Suppose we want to put five people in a row. For the first place we could choose among five people. For the second place we have four candidates, because one person has already been put in the first place. In total there are \(5\times 4\times 3\times 2\times 1=5!=120\) possibilities.

If we number the persons #1# to #5#, then each arrangement consists of a row of numbers. For example, #12345#, #54321#, and #21354#.

Examples:

Repetition Variations: a PIN consists of four digits. For each of the four digits, there are ten possibilities (the digits 0/9). The number of different PIN's is equal to \(10\times 10\times 10\times 10=10^4\) . You can also reformulate the problem as follows: You have a box of ten balls numbered 0 to 9 and the balls are mixed properly. Take a random ball from the box, note the number of the ball on a paper, put the ball back into the box and mix the balls back together. After that, take again a random ball out of the box, write the number of the ball down again, put the ball back into the box and mix the balls together. Repeat this process twice more so that you finally have four numbers on paper. The amount of possible combinations of these numbers is then equal to the number of repetition variations of four out of ten, which is \(10^4.\)

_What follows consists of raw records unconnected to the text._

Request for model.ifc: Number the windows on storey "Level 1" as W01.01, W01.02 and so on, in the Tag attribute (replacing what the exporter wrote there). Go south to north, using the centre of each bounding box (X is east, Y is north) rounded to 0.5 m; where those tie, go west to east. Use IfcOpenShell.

First a look at what the model holds.

```python
import ifcopenshell
import ifcopenshell.util.element
import ifcopenshell.util.placement

model = ifcopenshell.open("model.ifc")
print(model.schema)
storey = next(s for s in model.by_type("IfcBuildingStorey") if s.Name == "Level 1")
windows = [e for e in ifcopenshell.util.element.get_decomposition(storey) if e.is_a("IfcWindow")]
for e in sorted(windows, key=lambda e: e.id()):
    origin = ifcopenshell.util.placement.get_local_placement(e.ObjectPlacement)[:3, 3]
    print(e.id(), e.Tag, e.Name, origin.round(2) + 0.0, sep=" | ")
```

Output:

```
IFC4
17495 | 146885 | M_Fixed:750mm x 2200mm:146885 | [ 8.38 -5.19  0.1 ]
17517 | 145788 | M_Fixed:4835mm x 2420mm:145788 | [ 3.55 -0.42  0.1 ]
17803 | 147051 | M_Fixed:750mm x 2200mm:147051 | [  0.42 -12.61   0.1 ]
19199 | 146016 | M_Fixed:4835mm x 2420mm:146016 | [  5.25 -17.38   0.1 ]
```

```python
import ifcopenshell
import ifcopenshell.geom
import ifcopenshell.util.element
import ifcopenshell.util.shape

model = ifcopenshell.open("model.ifc")
settings = ifcopenshell.geom.settings()
settings.set("use-world-coords", True)


def centre(element):
    shape = ifcopenshell.geom.create_shape(settings, element)
    return ifcopenshell.util.shape.get_bbox_centroid(shape.geometry)


storey = next(s for s in model.by_type("IfcBuildingStorey") if s.Name == "Level 1")
windows = [e for e in ifcopenshell.util.element.get_decomposition(storey) if e.is_a("IfcWindow")]

# Insertion points can sit at a corner or the storey origin, so sort by the geometry (in metres).
centres = {e: centre(e) for e in windows}
windows.sort(key=lambda e: (round(centres[e][1] / 0.5), centres[e][0]))

for i, e in enumerate(windows, start=1):
    number = f"W01.{i:02d}"
    e.Tag = number
    print(e.id(), number)

model.write("model_rev.ifc")
```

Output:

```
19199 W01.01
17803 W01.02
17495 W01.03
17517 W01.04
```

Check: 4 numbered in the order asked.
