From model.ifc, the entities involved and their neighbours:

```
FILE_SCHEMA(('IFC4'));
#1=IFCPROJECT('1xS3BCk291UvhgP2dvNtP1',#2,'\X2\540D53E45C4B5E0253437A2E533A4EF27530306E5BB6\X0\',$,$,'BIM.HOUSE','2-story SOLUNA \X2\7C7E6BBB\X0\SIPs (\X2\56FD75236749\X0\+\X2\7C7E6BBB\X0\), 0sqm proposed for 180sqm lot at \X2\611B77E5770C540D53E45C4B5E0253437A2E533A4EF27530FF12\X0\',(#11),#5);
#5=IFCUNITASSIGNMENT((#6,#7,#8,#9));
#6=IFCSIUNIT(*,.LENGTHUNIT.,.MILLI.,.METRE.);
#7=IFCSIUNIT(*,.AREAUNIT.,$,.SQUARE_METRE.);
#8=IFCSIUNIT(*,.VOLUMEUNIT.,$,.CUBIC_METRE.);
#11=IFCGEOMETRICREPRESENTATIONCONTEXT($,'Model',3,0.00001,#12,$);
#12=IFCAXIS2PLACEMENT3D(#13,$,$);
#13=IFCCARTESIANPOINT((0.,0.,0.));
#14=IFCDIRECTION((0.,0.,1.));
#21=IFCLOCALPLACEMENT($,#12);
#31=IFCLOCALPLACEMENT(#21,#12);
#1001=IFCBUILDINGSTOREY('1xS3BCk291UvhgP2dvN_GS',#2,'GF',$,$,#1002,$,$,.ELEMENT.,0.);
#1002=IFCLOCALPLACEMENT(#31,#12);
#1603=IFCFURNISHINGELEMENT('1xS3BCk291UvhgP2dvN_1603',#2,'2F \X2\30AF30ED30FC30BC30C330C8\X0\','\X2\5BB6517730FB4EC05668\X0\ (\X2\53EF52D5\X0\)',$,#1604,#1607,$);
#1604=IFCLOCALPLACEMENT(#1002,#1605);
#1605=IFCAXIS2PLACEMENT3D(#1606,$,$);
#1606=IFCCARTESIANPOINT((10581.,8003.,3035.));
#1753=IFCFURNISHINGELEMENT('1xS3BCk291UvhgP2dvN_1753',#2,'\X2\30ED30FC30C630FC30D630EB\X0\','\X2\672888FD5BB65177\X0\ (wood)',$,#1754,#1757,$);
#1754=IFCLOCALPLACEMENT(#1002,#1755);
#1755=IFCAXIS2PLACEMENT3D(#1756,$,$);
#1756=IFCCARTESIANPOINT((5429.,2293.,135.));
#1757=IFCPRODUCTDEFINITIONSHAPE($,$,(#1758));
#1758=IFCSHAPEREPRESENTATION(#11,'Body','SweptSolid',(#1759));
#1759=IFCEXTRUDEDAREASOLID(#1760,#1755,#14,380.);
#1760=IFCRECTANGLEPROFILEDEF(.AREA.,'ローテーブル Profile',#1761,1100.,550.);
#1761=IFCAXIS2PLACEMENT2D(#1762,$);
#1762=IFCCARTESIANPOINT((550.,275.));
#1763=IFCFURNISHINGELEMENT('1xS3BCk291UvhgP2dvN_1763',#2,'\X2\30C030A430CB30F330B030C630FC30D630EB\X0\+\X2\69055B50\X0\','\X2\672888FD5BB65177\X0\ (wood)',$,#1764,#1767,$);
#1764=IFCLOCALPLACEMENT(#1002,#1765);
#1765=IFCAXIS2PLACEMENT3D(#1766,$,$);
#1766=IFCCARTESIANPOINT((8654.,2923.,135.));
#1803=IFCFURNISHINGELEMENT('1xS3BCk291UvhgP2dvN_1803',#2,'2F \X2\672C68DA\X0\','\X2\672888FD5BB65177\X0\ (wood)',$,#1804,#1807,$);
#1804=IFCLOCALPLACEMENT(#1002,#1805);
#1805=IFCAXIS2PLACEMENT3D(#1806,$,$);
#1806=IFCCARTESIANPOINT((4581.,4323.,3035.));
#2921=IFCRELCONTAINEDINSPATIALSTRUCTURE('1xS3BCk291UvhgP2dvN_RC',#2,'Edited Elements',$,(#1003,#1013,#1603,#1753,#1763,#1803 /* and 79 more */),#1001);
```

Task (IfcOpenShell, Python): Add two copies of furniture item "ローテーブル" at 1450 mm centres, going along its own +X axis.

```python
import ifcopenshell
import ifcopenshell.api.geometry
import ifcopenshell.api.root
import ifcopenshell.util.element
import ifcopenshell.util.placement
import ifcopenshell.util.unit

model = ifcopenshell.open("model.ifc")
unit_scale = ifcopenshell.util.unit.calculate_unit_scale(model)


def reuse_history(source, copy):
    """copy_class also copies each property set's owner history, people and application; keep the originals."""
    for rel in copy.IsDefinedBy:
        if rel.is_a("IfcRelDefinesByProperties") and (history := rel.RelatingPropertyDefinition.OwnerHistory):
            rel.RelatingPropertyDefinition.OwnerHistory = source.OwnerHistory
            ifcopenshell.util.element.remove_deep2(model, history)


source = model.by_guid("1xS3BCk291UvhgP2dvN_1753")
base = ifcopenshell.util.placement.get_local_placement(source.ObjectPlacement)
step = base[:3, 0] * 1.45 / unit_scale

for i in range(1, 3):
    copy = ifcopenshell.api.root.copy_class(model, product=source)
    copy.Representation = ifcopenshell.util.element.copy_deep(
        model, source.Representation, exclude=["IfcGeometricRepresentationContext", "IfcRepresentationMap"]
    )
    reuse_history(source, copy)
    matrix = base.copy()
    matrix[:3, 3] += i * step
    print("added at", matrix[:3, 3].round(3) + 0.0)
    ifcopenshell.api.geometry.edit_object_placement(model, product=copy, matrix=matrix, is_si=False)

model.write("model_v2.ifc")
```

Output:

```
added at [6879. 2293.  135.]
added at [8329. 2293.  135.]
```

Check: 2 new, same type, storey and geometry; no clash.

Variations: Suppose a company wants to elect a board out of the 25 members, consisting of a chairman, secretary and treasurer and they do not allow the same person having multiple positions. Assume that everyone is available for each position. The board can be constructed in \(25\times 24\times 23=13800\) ways. If we assume that the choice for the positions is made in an order, then there are 25 candidates for the chairmanship, which leaves 24 persons for the position of secretary and 23 people may finally be elected for treasurer. The election of the Board can be done not only by a voting at a general assembly, but also by a drawing. Number the members with 1 till 25 and put twenty-five balls in a box numbered with 1 till 25. One takes a random ball out of the box and the person with the number equal to the number on the drawn ball becomes president. Then you take another ball out of the box. This time the person with the number equal to the number on the ball becomes the secretary. Finally, take a third ball and the number of the ball indicates who is treasurer. It is now a drawing without putting back and with order.

Combinations: Let us return to the example of the election of a board consisting of three people of a company with twenty-five members. Assume now that the positions of the board do not matter and the only thing you have to do is to elect a board consisting of three persons from 25 members. Then it turns into a drawing without putting back and without order. In this case you have to divide the number of variations by the number of possible scenarios within the board. The number of board combinations is equal to \[\frac{25\times 24\times 23}{3!}=\frac{25!}{22!\times 3!}=\!\binom{25}{3}=2300\]

Repetition Combinations: Suppose you can order a sundae in an ice cream parlor with three scoops of our own choice. If the ice cream shop offers ten flavors of ice cream, then the number of types of sundaes equal to \(\binom{12}{3}\) . This is to be understood as follows: write for every flavor as much vertical tallies as the number of selected scoops of this paricular taste and write between the tallies associated with the various flavors horizontal hyphen as a sort of seperation sign. Then there are \(3\) vertical tallies and \(10-1=9\) horizontal hyphens in a description of a selected sundae.

• The code || - | -------- can mean 2 scoops of vanilla and one scoop of chocolate, while
• the code | - || --------- means 1 scoop vanilla and 2 scoops of chocolate.
• The code | - | - | ------- would be a sundae with a scoop of vanilla, chocolate, and pistachio.

The number of different sundaes is equal to the number of ways to place \(3\) vertical tallies on \(12\) possible locations. This is the number of combinations of \(3\) from \(12\) in a draw without putting back and without order.